Please copy every line from the records below that contains the string "konstrukcyjna".

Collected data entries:
=====

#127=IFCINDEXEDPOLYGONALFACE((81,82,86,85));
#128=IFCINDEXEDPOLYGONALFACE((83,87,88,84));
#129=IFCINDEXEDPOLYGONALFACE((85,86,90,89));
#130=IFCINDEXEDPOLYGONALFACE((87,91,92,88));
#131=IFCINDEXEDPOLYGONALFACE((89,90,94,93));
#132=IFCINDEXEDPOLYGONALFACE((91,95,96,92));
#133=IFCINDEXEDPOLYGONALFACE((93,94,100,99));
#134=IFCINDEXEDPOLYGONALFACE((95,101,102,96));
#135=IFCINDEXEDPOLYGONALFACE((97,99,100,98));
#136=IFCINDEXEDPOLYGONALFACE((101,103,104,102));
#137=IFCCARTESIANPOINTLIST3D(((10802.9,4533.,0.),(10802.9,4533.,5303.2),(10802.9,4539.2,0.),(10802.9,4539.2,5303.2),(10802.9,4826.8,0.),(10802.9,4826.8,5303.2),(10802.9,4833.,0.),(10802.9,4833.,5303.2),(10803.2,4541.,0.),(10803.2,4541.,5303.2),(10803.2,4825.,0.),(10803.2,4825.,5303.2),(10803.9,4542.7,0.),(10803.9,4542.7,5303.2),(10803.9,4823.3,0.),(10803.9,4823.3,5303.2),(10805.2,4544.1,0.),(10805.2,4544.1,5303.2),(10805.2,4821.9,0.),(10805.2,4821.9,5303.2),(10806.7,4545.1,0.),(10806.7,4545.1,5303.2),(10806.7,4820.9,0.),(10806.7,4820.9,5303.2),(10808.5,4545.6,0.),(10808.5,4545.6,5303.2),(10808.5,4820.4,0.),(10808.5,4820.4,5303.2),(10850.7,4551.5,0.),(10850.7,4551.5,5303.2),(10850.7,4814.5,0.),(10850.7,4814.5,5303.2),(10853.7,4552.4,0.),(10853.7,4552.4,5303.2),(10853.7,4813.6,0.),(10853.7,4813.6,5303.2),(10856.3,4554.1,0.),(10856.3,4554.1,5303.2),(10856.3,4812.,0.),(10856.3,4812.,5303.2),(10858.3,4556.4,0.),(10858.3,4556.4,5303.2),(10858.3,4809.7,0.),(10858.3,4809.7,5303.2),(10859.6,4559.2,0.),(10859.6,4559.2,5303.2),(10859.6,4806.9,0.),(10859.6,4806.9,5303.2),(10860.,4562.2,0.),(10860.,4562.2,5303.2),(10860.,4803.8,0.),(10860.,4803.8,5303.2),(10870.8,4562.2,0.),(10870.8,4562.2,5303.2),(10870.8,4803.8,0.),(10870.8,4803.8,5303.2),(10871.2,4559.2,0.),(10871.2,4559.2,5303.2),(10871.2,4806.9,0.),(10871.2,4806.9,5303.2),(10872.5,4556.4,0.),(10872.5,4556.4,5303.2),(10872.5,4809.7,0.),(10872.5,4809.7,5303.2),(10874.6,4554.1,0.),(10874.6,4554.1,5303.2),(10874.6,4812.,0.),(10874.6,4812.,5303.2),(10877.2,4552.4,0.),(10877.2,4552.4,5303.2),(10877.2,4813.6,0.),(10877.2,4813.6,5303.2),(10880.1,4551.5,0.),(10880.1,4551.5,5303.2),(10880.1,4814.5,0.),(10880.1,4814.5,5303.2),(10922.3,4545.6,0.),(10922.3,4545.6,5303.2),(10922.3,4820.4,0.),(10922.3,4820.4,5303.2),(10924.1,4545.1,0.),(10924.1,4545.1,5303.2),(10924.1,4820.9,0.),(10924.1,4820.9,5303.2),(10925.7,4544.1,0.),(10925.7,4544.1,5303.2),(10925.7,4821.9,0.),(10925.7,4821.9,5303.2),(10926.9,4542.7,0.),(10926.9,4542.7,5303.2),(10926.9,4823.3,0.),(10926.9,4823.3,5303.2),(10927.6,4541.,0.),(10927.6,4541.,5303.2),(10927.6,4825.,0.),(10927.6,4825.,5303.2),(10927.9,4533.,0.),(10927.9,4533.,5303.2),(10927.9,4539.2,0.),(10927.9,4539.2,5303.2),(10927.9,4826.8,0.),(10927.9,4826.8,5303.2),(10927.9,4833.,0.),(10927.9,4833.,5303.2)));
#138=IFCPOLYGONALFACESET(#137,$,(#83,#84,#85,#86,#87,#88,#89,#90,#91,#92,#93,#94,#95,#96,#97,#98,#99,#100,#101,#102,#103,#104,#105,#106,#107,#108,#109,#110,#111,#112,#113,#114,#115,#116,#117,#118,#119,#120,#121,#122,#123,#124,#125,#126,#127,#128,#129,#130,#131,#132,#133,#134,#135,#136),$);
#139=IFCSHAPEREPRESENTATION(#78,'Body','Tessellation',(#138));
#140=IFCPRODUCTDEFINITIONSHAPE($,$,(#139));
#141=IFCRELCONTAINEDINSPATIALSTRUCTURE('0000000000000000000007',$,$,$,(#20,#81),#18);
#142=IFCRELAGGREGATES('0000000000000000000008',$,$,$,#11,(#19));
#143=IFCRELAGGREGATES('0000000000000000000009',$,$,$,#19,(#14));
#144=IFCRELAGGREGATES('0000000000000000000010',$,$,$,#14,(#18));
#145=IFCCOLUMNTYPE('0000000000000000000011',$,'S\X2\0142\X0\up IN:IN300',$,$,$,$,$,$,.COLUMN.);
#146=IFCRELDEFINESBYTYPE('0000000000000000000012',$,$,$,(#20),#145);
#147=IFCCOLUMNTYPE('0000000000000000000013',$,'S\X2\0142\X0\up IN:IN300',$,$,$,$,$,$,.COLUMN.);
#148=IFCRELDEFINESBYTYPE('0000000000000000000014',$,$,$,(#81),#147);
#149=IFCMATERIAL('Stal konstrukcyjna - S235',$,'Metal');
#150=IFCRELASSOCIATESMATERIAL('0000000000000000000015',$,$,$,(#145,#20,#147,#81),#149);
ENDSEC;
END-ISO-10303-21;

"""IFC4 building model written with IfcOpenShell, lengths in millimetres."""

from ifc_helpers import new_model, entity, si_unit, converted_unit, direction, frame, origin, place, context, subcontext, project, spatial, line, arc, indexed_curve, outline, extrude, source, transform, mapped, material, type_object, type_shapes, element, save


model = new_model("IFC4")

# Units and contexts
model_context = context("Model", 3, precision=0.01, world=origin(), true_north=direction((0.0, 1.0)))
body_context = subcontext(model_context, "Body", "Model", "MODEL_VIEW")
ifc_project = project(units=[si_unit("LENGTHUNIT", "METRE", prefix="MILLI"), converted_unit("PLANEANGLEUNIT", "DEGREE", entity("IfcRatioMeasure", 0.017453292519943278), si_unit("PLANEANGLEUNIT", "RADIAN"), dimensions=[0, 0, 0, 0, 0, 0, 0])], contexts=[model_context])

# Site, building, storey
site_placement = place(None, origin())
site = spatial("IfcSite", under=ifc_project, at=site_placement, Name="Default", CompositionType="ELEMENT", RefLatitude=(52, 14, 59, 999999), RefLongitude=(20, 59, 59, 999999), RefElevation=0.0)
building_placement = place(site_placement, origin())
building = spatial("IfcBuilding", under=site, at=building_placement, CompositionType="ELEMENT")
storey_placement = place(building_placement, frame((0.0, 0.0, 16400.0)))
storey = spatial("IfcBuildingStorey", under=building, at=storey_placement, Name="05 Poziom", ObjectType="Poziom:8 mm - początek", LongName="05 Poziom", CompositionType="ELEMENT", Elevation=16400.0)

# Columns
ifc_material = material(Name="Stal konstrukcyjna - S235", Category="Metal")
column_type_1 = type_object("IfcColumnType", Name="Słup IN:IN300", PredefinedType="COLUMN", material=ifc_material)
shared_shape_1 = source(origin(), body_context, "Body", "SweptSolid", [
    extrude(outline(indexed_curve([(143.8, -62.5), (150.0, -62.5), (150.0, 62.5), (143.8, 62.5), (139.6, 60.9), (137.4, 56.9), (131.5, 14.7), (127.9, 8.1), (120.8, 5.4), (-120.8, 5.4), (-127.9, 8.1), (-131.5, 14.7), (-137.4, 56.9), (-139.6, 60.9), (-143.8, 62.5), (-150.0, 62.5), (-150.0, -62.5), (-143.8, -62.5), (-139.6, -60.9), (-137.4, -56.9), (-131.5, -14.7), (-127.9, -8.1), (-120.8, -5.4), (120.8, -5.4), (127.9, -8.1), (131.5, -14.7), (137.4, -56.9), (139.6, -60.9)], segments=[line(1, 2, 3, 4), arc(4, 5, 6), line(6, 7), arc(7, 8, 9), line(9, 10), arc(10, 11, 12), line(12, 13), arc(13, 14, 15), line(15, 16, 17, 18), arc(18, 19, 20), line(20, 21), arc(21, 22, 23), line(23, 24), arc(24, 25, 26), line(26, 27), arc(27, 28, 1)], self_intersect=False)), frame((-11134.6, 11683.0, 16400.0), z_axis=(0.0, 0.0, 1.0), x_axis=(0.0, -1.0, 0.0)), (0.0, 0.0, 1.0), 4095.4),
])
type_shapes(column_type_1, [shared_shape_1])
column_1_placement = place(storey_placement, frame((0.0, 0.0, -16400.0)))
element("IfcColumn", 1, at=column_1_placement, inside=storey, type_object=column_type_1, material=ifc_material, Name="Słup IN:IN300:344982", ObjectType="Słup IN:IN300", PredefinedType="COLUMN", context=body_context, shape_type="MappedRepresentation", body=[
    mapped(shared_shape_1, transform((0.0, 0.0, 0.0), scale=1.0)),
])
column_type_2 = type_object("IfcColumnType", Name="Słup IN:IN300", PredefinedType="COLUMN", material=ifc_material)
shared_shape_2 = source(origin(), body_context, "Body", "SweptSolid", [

=====

RESPONSE TO THE TASK:
#149=IFCMATERIAL('Stal konstrukcyjna - S235',$,'Metal');
ifc_material = material(Name="Stal konstrukcyjna - S235", Category="Metal")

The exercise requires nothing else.